Setthorns Caravan & Camping Site, Wooton, New Milton, Hampshire BH25 5WA
320 pitches - tents - caravans - motorhomes - drinking water - premium pitches with hook-ups - chemical disposal point - payphone - dogs welcome (3 dogs maximum per pitch) (please note there are only limited pitches for tents) 
(Note: this site has no toilet facilities, each unit must have its own toilet facilities) 

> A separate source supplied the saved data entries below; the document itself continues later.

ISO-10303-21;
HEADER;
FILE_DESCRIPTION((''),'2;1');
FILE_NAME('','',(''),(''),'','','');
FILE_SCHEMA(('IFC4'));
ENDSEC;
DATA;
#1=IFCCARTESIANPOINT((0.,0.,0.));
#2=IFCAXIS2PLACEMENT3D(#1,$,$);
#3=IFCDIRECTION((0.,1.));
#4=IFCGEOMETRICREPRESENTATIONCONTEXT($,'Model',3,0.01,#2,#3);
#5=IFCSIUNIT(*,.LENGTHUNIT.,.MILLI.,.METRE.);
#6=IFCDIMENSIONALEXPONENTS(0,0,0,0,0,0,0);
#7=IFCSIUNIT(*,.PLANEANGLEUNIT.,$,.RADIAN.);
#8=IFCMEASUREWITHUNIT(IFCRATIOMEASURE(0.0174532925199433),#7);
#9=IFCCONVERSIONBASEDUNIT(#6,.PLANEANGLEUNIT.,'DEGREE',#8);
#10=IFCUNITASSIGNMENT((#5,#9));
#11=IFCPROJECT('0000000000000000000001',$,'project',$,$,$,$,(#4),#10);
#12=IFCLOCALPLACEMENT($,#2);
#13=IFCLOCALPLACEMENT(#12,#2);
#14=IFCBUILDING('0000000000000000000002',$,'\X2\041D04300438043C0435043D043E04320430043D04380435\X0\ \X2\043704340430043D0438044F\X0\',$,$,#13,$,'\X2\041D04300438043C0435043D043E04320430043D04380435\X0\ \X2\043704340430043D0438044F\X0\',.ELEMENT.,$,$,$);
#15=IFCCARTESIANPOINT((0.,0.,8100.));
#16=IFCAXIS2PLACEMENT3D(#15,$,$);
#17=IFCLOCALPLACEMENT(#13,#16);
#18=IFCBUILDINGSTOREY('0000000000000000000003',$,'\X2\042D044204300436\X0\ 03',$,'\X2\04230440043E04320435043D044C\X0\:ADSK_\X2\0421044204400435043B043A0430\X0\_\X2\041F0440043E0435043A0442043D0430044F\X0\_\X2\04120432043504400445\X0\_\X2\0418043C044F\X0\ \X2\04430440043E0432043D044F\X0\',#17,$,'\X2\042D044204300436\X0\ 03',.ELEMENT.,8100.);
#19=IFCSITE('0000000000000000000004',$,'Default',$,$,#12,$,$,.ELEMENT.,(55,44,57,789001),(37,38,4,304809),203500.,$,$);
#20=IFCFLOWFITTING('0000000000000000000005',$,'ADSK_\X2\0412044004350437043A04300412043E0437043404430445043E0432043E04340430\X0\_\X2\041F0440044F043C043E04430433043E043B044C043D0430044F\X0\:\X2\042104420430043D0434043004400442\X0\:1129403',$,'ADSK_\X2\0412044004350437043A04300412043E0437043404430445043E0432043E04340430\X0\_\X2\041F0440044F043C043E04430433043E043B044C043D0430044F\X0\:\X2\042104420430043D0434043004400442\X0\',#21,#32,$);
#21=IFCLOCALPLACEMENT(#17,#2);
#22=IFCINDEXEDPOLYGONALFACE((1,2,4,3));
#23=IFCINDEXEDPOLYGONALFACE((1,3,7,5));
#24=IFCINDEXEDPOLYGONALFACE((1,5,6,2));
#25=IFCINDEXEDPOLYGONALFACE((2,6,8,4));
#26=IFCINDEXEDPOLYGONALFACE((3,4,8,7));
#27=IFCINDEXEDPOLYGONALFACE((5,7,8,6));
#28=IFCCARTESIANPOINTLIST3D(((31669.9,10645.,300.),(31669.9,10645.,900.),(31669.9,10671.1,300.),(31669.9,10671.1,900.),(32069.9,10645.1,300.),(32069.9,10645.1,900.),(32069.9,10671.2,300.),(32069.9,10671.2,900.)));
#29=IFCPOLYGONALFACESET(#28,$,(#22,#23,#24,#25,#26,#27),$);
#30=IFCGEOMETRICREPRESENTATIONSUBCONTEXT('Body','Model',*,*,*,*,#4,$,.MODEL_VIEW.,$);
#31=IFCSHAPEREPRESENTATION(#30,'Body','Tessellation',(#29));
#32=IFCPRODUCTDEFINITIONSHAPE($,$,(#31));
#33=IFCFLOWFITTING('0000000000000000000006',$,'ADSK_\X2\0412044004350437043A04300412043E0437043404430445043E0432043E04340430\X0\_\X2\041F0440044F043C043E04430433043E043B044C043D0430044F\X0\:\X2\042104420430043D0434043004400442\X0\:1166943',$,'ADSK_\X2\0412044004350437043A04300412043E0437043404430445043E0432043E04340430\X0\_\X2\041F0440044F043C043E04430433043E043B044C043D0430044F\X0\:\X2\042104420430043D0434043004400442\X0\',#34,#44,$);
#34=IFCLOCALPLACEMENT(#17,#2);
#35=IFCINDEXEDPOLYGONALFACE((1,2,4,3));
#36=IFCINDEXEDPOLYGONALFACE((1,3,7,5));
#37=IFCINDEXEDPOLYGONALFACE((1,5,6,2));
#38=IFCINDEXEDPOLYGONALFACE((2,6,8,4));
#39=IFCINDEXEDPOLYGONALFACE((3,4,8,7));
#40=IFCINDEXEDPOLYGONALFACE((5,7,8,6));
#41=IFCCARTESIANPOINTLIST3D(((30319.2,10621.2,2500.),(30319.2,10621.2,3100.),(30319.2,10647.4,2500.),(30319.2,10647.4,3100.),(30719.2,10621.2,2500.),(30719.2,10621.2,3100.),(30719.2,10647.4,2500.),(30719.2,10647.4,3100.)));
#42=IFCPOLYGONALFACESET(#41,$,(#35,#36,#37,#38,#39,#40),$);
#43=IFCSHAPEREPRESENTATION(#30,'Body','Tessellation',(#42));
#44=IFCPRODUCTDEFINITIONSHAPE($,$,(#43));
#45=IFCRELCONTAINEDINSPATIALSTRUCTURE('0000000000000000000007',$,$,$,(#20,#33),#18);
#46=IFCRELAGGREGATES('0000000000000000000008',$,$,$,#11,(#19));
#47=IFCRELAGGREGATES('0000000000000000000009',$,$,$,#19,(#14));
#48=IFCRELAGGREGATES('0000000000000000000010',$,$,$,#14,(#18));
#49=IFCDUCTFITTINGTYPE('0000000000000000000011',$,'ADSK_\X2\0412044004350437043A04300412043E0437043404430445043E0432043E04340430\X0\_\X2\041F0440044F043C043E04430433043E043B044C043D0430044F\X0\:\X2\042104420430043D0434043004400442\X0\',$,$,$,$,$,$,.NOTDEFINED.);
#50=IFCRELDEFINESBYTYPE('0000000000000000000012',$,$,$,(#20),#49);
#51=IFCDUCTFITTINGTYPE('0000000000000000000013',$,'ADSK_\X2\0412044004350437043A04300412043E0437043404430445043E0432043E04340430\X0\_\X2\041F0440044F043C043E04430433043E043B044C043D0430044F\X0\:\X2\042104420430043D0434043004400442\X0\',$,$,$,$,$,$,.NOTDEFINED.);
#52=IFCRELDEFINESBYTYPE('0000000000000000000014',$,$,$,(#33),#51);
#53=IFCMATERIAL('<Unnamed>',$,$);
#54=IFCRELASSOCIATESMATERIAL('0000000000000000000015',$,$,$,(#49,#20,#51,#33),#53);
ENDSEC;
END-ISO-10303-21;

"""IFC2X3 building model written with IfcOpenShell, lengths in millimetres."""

from ifc_helpers import new_model, entity, si_unit, converted_unit, direction, frame, frame_2d, origin, origin_2d_with_axis, place, context, subcontext, project, spatial, rectangle, extrude, source, transform, mapped, material, type_object, type_shapes, element, save


model = new_model("IFC2X3")

# Units and contexts
model_context = context("Model", 3, precision=0.01, world=origin(), true_north=direction((0.0, 1.0)))
body_context = subcontext(model_context, "Body", "Model", "MODEL_VIEW")
ifc_project = project(units=[si_unit("LENGTHUNIT", "METRE", prefix="MILLI"), converted_unit("PLANEANGLEUNIT", "DEGREE", entity("IfcRatioMeasure", 0.0174532925199433), si_unit("PLANEANGLEUNIT", "RADIAN"), dimensions=[0, 0, 0, 0, 0, 0, 0])], contexts=[model_context])

# Site, building, storey
site_placement = place(None, frame((0.0, 0.0, 0.0)))
site = spatial("IfcSite", under=ifc_project, at=site_placement, Name="Default", CompositionType="ELEMENT", RefLatitude=(55, 44, 57, 789001), RefLongitude=(37, 38, 4, 304809), RefElevation=203500.0)
building_placement = place(site_placement, origin())
building = spatial("IfcBuilding", under=site, at=building_placement, Name="Наименование здания", LongName="Наименование здания", CompositionType="ELEMENT")
storey_placement = place(building_placement, frame((0.0, 0.0, 8100.0)))
storey = spatial("IfcBuildingStorey", under=building, at=storey_placement, Name="Этаж 03", ObjectType="Уровень:ADSK_Стрелка_Проектная_Вверх_Имя уровня", LongName="Этаж 03", CompositionType="ELEMENT", Elevation=8100.0)

# Shared definitions
ifc_material_1 = material(Name="<Unnamed>")

# Flow fittings
duct_fitting_type_1 = type_object("IfcDuctFittingType", Name="ADSK_ВрезкаВоздуховода_Прямоугольная:Стандарт", PredefinedType="NOTDEFINED", material=ifc_material_1)
shared_shape_1 = source(origin(), body_context, "Body", "SweptSolid", [
    extrude(rectangle(XDim=600.0, YDim=26.1, at=origin_2d_with_axis()), frame((7.0, 0.0, -200.0), z_axis=(0.0, 0.0, 1.0), x_axis=(0.0, -1.0, 0.0)), (0.0, 0.0, 1.0), 400.0),
])
type_shapes(duct_fitting_type_1, [shared_shape_1])
flow_fitting_1_placement = place(storey_placement, frame((31869.9, 10665.1, 600.0), z_axis=(-1.0, -0.000236, 0.0), x_axis=(0.000236, -1.0, 0.0)))
element("IfcFlowFitting", 1, at=flow_fitting_1_placement, inside=storey, type_object=duct_fitting_type_1, material=ifc_material_1, Name="ADSK_ВрезкаВоздуховода_Прямоугольная:Стандарт:1129403", ObjectType="ADSK_ВрезкаВоздуховода_Прямоугольная:Стандарт", context=body_context, shape_type="MappedRepresentation", body=[
    mapped(shared_shape_1, transform((0.0, 0.0, 0.0), scale=1.0)),
])
duct_fitting_type_2 = type_object("IfcDuctFittingType", Name="ADSK_ВрезкаВоздуховода_Прямоугольная:Стандарт", PredefinedType="NOTDEFINED", material=ifc_material_1)
shared_shape_2 = source(origin(), body_context, "Body", "SweptSolid", [
    extrude(rectangle(XDim=26.2, YDim=600.0, at=frame_2d((0.0, 0.0), x_axis=(1.0, 0.0))), frame((6.9, 0.0, -200.0)), (0.0, 0.0, 1.0), 400.0),
])
type_shapes(duct_fitting_type_2, [shared_shape_2])
flow_fitting_2_placement = place(storey_placement, frame((30519.2, 10641.2, 2800.0), z_axis=(-1.0, 0.0, 0.0), x_axis=(0.0, -1.0, 0.0)))
element("IfcFlowFitting", 2, at=flow_fitting_2_placement, inside=storey, type_object=duct_fitting_type_2, material=ifc_material_1, Name="ADSK_ВрезкаВоздуховода_Прямоугольная:Стандарт:1166943", ObjectType="ADSK_ВрезкаВоздуховода_Прямоугольная:Стандарт", context=body_context, shape_type="MappedRepresentation", body=[
    mapped(shared_shape_2, transform((0.0, 0.0, 0.0), scale=1.0)),
])

save(model, "model.ifc")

Roundhill Caravan & Camping Site, Beaulieu Road, Brockenhurst, Hampshire, SO42 7QL 
500 pitches - tents - caravans - motorhomes - hot & cold water - flush toilets - chemical disposal point - payphone - disabled facilities - rallies - motorcycle field - dogs welcome (3 dogs maximum per pitch), also reserved dog-free area

Hollands Wood Caravan & Camping Site, Lyndhurst Road, Brockenhurst, Hampshire SO42 7QH 
600 pitches - tents - caravans - motorhomes - hot & cold water - flush toilets - chemical disposal point - showers - baby changing facilities - launderette - payphone - disabled facilities - dogs welcome (3 dogs maximum per pitch), also reserved dog-free area

Denny Wood Caravan & Camping Site, 
Beaulieu Road, Lyndhurst, Hampshire SO43 7FZ 
DOG-FREE SITE
170 pitches - tents - caravans - motorhomes - drinking water - chemical disposal point 
(Note: this site has no toilet facilities, each unit must have its own chemical toilet facilities) 

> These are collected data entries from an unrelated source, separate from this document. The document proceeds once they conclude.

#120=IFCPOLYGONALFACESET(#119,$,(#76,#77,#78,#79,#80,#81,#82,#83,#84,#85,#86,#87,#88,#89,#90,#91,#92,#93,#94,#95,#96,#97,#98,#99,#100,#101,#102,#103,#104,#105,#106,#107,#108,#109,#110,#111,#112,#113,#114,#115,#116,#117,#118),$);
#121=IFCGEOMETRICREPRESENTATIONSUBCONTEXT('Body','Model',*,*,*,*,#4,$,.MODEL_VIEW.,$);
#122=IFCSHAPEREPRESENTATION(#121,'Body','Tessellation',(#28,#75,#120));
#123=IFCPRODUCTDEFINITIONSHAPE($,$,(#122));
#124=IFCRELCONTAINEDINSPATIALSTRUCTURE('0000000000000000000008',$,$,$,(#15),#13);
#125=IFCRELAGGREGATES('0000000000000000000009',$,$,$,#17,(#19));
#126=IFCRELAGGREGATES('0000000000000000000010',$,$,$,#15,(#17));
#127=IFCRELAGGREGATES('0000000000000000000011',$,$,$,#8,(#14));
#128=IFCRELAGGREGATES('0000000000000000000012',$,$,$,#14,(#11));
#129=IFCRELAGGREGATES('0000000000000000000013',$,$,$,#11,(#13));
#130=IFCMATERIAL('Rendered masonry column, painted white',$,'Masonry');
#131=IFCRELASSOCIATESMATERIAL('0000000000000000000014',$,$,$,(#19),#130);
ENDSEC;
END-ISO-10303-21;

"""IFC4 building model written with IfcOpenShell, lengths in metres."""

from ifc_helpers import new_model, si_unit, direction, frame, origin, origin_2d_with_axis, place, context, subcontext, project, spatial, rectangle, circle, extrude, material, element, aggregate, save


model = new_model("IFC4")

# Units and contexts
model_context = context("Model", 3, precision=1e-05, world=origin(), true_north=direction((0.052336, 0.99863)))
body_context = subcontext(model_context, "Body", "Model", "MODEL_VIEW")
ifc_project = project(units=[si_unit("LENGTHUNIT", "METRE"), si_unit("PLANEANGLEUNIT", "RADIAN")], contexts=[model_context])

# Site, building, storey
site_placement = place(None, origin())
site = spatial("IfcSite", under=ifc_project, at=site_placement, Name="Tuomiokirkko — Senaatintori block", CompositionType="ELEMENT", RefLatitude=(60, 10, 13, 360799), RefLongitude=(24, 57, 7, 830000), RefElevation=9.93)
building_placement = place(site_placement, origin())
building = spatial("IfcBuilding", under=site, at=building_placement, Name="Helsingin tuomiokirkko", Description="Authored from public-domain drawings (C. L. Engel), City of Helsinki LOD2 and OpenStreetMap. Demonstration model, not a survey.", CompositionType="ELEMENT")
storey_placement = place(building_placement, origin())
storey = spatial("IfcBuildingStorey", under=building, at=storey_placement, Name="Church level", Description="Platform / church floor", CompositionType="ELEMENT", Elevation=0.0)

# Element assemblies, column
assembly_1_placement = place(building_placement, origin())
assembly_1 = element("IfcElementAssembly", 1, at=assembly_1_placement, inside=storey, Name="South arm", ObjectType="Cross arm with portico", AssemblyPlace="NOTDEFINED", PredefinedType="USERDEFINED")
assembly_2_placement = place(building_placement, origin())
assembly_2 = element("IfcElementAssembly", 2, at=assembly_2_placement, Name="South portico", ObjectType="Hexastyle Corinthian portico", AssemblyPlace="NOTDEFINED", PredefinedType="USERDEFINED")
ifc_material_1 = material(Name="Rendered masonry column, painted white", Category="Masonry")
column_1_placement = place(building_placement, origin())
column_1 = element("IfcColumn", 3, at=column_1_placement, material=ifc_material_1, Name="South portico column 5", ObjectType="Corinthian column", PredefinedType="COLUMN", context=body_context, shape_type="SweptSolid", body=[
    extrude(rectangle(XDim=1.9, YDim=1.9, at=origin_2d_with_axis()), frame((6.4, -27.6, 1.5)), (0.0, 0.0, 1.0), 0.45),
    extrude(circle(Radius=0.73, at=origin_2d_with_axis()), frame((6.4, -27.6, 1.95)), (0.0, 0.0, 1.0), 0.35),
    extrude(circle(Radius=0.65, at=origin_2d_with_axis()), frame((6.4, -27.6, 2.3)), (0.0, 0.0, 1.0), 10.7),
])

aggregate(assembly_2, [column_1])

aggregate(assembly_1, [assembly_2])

Ocknell & Longbeech Caravan & Camping Site, Fritham, 
Hampshire SO43 7HH 
480 pitches - tents - caravans - motorhomes - hot & cold water (Ocknell) - flush toilets (Ocknell) - chemical disposal point - payphone - rallies - dogs welcome (3 dogs maximum per pitch) 
(Note: Longbeech has no toilet facilities, each unit must have its own chemical toilet facilities) 

Matley Wood Caravan & Camping Site, Beaulieu Road, Lyndhurst, Hampshire SO43 7FZ 
(Note: this site has no toilet facilities, each unit must have its own chemical toilet facilities) 
70 pitches - tents - caravans - motorhomes - drinking water - chemical disposal point - dogs welcome (3 dogs maximum per pitch)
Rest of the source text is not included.